- **About this exercise**
Below are records; reproduce exactly the lines from the one that has "#172=IFCINDEXEDPOLYGONALFACE((3,4,8,7));" through the one that has "#193=IFCRELAGGREGATES('0000000000000000000018',$,$,$,#7,(#13));", ends included, and nothing more.

>>>

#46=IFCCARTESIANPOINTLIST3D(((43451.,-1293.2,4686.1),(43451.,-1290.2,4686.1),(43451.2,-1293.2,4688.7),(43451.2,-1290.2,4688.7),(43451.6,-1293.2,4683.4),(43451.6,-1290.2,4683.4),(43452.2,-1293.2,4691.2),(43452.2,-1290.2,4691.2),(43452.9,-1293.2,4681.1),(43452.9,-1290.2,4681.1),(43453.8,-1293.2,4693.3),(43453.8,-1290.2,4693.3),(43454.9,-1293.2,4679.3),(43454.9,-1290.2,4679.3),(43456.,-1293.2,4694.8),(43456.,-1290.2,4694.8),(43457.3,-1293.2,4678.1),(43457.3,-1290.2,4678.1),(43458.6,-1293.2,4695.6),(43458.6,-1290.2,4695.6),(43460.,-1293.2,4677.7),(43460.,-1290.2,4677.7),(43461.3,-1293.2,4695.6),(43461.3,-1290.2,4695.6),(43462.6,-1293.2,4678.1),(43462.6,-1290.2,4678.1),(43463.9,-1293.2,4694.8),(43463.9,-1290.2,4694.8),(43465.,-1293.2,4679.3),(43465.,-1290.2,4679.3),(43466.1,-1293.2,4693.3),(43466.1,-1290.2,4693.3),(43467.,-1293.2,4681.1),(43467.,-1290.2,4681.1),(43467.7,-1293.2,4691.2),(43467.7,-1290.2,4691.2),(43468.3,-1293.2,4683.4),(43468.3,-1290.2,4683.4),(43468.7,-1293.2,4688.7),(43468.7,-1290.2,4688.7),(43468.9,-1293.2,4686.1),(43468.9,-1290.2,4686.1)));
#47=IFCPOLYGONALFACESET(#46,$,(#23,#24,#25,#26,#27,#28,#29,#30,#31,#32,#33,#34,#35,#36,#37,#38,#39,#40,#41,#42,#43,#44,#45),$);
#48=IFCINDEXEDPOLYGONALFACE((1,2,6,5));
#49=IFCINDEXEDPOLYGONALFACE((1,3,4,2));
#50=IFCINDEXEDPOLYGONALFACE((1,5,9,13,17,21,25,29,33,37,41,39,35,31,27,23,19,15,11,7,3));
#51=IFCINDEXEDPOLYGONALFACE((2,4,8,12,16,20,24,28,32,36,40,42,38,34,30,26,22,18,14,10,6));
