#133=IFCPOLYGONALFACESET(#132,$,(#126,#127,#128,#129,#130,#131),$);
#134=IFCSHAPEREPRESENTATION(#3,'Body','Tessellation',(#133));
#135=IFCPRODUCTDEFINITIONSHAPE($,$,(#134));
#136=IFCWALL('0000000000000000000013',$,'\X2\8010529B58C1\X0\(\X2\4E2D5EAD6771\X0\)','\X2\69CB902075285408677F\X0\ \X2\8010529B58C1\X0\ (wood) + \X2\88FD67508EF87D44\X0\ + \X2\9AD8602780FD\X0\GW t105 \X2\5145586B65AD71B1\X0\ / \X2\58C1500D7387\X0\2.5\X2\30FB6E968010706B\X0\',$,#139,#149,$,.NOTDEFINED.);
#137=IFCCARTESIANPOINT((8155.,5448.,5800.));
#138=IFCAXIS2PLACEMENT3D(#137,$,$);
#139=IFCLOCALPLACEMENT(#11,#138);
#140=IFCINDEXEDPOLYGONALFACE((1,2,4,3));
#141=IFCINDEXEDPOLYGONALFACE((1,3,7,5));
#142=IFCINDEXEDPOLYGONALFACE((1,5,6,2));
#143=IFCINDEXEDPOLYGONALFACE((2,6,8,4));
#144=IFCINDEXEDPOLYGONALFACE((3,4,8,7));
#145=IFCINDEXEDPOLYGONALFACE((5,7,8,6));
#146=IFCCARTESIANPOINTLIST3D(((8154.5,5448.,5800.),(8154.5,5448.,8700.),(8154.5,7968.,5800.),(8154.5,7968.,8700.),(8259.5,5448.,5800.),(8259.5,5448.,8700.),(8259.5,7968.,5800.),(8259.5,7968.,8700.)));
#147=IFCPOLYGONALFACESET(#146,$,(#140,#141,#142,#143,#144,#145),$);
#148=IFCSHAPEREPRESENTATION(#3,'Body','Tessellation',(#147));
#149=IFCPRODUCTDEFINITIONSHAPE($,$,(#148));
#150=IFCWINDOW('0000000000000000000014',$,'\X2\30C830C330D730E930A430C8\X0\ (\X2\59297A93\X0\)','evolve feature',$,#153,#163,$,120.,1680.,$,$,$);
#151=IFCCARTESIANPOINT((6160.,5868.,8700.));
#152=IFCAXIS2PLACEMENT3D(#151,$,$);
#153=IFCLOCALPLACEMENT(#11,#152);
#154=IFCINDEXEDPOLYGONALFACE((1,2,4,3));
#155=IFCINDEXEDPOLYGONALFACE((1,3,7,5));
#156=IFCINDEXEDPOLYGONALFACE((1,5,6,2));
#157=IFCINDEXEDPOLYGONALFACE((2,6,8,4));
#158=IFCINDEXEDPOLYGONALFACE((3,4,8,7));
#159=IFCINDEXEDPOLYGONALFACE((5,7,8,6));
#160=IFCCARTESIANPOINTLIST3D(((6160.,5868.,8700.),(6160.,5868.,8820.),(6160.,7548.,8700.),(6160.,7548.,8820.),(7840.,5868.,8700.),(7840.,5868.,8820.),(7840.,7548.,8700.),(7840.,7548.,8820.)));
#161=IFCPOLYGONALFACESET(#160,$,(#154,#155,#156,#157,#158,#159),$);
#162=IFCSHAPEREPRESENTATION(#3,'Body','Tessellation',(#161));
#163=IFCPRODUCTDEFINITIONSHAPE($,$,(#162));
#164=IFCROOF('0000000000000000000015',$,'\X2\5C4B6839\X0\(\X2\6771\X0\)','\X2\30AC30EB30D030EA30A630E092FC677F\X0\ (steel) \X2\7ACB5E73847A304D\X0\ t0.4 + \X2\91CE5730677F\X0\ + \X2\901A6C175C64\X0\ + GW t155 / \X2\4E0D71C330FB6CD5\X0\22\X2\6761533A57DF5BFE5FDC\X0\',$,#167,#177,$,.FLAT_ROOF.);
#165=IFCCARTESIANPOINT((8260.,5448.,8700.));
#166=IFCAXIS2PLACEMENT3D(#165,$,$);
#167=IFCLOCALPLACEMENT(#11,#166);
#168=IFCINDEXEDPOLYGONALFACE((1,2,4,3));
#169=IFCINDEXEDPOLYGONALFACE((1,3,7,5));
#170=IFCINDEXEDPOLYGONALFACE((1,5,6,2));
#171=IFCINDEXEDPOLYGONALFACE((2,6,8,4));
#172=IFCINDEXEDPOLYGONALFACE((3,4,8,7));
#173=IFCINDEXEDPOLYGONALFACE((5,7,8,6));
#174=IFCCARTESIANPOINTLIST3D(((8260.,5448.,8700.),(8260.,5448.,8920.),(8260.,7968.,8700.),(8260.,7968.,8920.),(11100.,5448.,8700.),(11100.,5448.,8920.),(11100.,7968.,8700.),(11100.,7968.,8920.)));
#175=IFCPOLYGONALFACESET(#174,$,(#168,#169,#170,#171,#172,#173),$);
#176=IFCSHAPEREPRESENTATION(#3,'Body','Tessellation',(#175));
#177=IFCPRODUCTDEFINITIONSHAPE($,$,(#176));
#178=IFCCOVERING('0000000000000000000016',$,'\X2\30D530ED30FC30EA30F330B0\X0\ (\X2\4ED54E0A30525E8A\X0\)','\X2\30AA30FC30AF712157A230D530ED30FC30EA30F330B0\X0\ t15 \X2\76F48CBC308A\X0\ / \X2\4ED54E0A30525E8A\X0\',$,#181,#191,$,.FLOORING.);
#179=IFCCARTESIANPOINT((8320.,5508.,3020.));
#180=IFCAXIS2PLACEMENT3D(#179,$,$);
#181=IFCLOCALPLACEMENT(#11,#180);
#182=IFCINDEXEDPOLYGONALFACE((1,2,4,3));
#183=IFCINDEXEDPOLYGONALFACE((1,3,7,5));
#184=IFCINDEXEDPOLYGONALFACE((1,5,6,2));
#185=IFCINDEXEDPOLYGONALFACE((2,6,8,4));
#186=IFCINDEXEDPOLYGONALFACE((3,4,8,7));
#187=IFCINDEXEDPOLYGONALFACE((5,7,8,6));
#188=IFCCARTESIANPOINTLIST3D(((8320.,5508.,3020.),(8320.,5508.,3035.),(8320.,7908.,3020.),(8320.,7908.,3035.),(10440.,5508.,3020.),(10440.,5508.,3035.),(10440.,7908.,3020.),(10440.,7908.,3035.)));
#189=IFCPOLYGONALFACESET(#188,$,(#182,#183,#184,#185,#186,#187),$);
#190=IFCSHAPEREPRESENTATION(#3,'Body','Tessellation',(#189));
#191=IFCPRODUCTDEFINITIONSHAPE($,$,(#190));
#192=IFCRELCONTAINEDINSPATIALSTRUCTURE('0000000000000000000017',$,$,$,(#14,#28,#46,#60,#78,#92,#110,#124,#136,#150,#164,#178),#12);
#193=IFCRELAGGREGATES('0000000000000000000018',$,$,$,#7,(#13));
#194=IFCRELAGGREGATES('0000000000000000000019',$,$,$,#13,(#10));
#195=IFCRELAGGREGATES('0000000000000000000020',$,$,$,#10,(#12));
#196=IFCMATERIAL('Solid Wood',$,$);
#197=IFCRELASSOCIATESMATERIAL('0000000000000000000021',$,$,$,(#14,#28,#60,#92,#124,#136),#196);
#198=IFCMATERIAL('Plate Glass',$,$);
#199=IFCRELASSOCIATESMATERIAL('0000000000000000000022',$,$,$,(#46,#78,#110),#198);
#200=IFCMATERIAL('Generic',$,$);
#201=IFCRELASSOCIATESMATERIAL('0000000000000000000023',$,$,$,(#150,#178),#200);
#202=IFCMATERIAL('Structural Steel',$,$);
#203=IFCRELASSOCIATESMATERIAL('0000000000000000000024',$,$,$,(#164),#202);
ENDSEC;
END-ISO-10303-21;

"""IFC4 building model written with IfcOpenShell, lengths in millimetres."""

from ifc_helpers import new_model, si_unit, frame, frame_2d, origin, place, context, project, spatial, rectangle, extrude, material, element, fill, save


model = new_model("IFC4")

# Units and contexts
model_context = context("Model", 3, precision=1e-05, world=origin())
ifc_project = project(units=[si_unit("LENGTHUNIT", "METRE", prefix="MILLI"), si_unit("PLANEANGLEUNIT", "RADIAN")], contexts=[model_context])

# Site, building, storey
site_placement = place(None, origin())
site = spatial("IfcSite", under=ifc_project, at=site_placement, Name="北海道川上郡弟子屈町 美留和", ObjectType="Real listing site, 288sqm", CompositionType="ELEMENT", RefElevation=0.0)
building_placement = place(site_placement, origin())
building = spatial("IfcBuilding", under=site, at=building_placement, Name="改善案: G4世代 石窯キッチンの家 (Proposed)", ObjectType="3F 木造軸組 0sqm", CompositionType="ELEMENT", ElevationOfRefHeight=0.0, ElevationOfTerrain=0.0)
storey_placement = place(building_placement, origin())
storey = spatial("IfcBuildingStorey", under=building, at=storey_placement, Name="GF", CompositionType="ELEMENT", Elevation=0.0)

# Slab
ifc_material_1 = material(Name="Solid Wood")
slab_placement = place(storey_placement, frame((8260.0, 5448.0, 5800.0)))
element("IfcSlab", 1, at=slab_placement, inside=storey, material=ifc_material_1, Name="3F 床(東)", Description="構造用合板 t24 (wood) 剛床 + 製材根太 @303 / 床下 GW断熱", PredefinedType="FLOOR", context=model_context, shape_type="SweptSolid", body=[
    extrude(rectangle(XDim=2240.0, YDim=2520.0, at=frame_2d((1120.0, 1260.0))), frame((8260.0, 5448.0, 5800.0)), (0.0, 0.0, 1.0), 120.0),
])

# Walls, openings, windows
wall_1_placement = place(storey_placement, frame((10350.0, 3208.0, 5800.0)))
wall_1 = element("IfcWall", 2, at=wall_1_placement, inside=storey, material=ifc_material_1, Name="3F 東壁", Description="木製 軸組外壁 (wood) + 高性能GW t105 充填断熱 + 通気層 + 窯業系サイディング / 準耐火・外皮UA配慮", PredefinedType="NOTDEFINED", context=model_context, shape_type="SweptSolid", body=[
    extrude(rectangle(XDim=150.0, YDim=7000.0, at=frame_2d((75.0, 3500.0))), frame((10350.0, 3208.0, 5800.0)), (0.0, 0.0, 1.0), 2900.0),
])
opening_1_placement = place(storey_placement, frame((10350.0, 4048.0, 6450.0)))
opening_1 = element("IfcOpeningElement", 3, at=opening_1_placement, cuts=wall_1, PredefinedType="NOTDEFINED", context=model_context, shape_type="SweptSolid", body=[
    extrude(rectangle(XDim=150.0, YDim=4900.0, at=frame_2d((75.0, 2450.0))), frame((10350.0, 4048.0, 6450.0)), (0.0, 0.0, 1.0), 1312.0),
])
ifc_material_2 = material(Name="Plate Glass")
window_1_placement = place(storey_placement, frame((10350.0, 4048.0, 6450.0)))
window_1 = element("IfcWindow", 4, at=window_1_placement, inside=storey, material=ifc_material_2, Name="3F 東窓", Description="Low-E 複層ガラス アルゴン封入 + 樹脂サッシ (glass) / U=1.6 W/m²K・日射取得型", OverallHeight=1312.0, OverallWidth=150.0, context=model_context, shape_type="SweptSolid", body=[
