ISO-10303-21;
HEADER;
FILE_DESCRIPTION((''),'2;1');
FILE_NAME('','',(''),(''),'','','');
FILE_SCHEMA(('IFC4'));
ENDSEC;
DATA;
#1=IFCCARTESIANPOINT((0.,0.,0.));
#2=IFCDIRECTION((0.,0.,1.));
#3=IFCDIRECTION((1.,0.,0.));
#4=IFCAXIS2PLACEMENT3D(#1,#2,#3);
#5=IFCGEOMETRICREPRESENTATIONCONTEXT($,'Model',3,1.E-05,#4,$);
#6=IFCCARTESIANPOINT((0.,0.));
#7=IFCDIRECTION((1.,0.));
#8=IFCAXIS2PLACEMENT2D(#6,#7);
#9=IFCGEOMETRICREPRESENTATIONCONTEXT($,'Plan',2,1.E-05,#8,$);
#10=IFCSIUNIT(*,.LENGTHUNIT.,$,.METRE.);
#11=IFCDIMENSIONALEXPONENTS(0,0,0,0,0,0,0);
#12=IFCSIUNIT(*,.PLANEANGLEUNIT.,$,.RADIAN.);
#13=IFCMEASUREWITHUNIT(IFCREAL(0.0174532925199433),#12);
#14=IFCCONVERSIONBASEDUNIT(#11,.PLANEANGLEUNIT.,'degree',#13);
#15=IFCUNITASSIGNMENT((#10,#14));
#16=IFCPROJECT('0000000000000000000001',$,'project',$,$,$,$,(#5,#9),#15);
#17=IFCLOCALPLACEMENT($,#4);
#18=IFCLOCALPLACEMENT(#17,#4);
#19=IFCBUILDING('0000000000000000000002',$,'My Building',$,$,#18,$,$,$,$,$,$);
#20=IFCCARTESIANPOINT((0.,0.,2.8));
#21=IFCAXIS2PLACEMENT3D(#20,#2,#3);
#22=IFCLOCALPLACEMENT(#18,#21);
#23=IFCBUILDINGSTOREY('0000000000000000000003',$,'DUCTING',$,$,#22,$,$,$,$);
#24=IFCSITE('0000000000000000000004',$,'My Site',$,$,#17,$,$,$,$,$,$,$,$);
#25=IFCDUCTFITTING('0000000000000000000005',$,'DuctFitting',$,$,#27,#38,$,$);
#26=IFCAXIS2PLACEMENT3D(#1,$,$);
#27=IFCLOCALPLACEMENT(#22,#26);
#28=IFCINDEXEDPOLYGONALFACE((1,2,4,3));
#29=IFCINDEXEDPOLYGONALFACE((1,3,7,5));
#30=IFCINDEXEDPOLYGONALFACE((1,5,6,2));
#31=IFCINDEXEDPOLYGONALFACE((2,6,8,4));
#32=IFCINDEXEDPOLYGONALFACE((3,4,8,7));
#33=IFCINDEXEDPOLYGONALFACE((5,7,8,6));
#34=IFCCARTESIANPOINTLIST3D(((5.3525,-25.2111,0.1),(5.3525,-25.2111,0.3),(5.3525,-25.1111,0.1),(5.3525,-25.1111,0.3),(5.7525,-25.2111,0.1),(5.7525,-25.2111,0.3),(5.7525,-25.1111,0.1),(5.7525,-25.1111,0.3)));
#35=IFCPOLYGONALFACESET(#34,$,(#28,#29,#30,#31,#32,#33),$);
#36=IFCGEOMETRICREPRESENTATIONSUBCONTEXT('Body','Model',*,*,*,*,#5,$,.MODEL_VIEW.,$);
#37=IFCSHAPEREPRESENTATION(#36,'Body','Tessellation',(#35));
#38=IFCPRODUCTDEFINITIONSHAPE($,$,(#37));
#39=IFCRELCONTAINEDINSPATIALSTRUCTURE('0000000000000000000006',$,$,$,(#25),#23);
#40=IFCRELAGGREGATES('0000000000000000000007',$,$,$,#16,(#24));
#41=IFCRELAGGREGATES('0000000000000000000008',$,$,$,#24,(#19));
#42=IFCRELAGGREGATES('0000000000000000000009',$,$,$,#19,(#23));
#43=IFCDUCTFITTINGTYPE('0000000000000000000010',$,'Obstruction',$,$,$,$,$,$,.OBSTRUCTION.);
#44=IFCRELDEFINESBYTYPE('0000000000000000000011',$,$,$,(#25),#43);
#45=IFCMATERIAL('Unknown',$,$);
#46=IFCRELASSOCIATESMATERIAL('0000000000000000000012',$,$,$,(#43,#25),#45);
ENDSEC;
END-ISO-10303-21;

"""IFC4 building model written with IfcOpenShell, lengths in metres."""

from ifc_helpers import new_model, entity, si_unit, converted_unit, frame, origin_with_axes, origin_2d_with_axis, place, context, subcontext, project, spatial, rectangle, extrude, material, material_profile, profile_set, profile_usage, type_object, element, save


model = new_model("IFC4")

# Units and contexts
model_context = context("Model", 3, precision=1e-05, world=origin_with_axes())
plan_context = context("Plan", 2, precision=1e-05, world=origin_2d_with_axis())
body_context = subcontext(model_context, "Body", "Model", "MODEL_VIEW")
ifc_project = project(units=[si_unit("LENGTHUNIT", "METRE"), converted_unit("PLANEANGLEUNIT", "degree", entity("IfcReal", 0.0174532925199433), si_unit("PLANEANGLEUNIT", "RADIAN"), dimensions=[0, 0, 0, 0, 0, 0, 0])], contexts=[model_context, plan_context])

# Site, building, storey
site_placement = place(None, origin_with_axes())
site = spatial("IfcSite", under=ifc_project, at=site_placement, Name="My Site")
building_placement = place(site_placement, origin_with_axes())
building = spatial("IfcBuilding", under=site, at=building_placement, Name="My Building")
storey_placement = place(building_placement, frame((0.0, 0.0, 2.8), z_axis=(0.0, 0.0, 1.0), x_axis=(1.0, 0.0, 0.0)))
storey = spatial("IfcBuildingStorey", under=building, at=storey_placement, Name="DUCTING")

# Shared definitions
ifc_material = material(Name="Unknown")

# Duct fitting
ifc_material_profile_1 = material_profile(ifc_material, rectangle(XDim=0.4, YDim=0.2))
ifc_profile_set_1 = profile_set([ifc_material_profile_1])
duct_fitting_type_1 = type_object("IfcDuctFittingType", Name="Obstruction", PredefinedType="OBSTRUCTION", material=ifc_profile_set_1)
ifc_profile_usage_1 = profile_usage(ifc_profile_set_1, cardinal=5)
duct_fitting_1_placement = place(storey_placement, frame((5.5525, -25.1111, 0.2), z_axis=(0.0, -1.0, 0.0), x_axis=(1.0, 0.0, 0.0)))
element("IfcDuctFitting", 1, at=duct_fitting_1_placement, inside=storey, type_object=duct_fitting_type_1, material=ifc_profile_usage_1, Name="DuctFitting", context=body_context, shape_type="SweptSolid", body=[
    extrude(rectangle(XDim=0.4, YDim=0.2), origin_with_axes(), (0.0, 0.0, 1.0), 0.1),
])

save(model, "model.ifc")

<<<

- **The answer**
#172=IFCINDEXEDPOLYGONALFACE((3,4,8,7));
#173=IFCINDEXEDPOLYGONALFACE((5,7,8,6));
#174=IFCCARTESIANPOINTLIST3D(((8260.,5448.,8700.),(8260.,5448.,8920.),(8260.,7968.,8700.),(8260.,7968.,8920.),(11100.,5448.,8700.),(11100.,5448.,8920.),(11100.,7968.,8700.),(11100.,7968.,8920.)));
#175=IFCPOLYGONALFACESET(#174,$,(#168,#169,#170,#171,#172,#173),$);
#176=IFCSHAPEREPRESENTATION(#3,'Body','Tessellation',(#175));
#177=IFCPRODUCTDEFINITIONSHAPE($,$,(#176));
#178=IFCCOVERING('0000000000000000000016',$,'\X2\30D530ED30FC30EA30F330B0\X0\ (\X2\4ED54E0A30525E8A\X0\)','\X2\30AA30FC30AF712157A230D530ED30FC30EA30F330B0\X0\ t15 \X2\76F48CBC308A\X0\ / \X2\4ED54E0A30525E8A\X0\',$,#181,#191,$,.FLOORING.);
#179=IFCCARTESIANPOINT((8320.,5508.,3020.));
#180=IFCAXIS2PLACEMENT3D(#179,$,$);
#181=IFCLOCALPLACEMENT(#11,#180);
#182=IFCINDEXEDPOLYGONALFACE((1,2,4,3));
#183=IFCINDEXEDPOLYGONALFACE((1,3,7,5));
#184=IFCINDEXEDPOLYGONALFACE((1,5,6,2));
#185=IFCINDEXEDPOLYGONALFACE((2,6,8,4));
#186=IFCINDEXEDPOLYGONALFACE((3,4,8,7));
#187=IFCINDEXEDPOLYGONALFACE((5,7,8,6));
#188=IFCCARTESIANPOINTLIST3D(((8320.,5508.,3020.),(8320.,5508.,3035.),(8320.,7908.,3020.),(8320.,7908.,3035.),(10440.,5508.,3020.),(10440.,5508.,3035.),(10440.,7908.,3020.),(10440.,7908.,3035.)));
#189=IFCPOLYGONALFACESET(#188,$,(#182,#183,#184,#185,#186,#187),$);
#190=IFCSHAPEREPRESENTATION(#3,'Body','Tessellation',(#189));
#191=IFCPRODUCTDEFINITIONSHAPE($,$,(#190));
#192=IFCRELCONTAINEDINSPATIALSTRUCTURE('0000000000000000000017',$,$,$,(#14,#28,#46,#60,#78,#92,#110,#124,#136,#150,#164,#178),#12);
#193=IFCRELAGGREGATES('0000000000000000000018',$,$,$,#7,(#13));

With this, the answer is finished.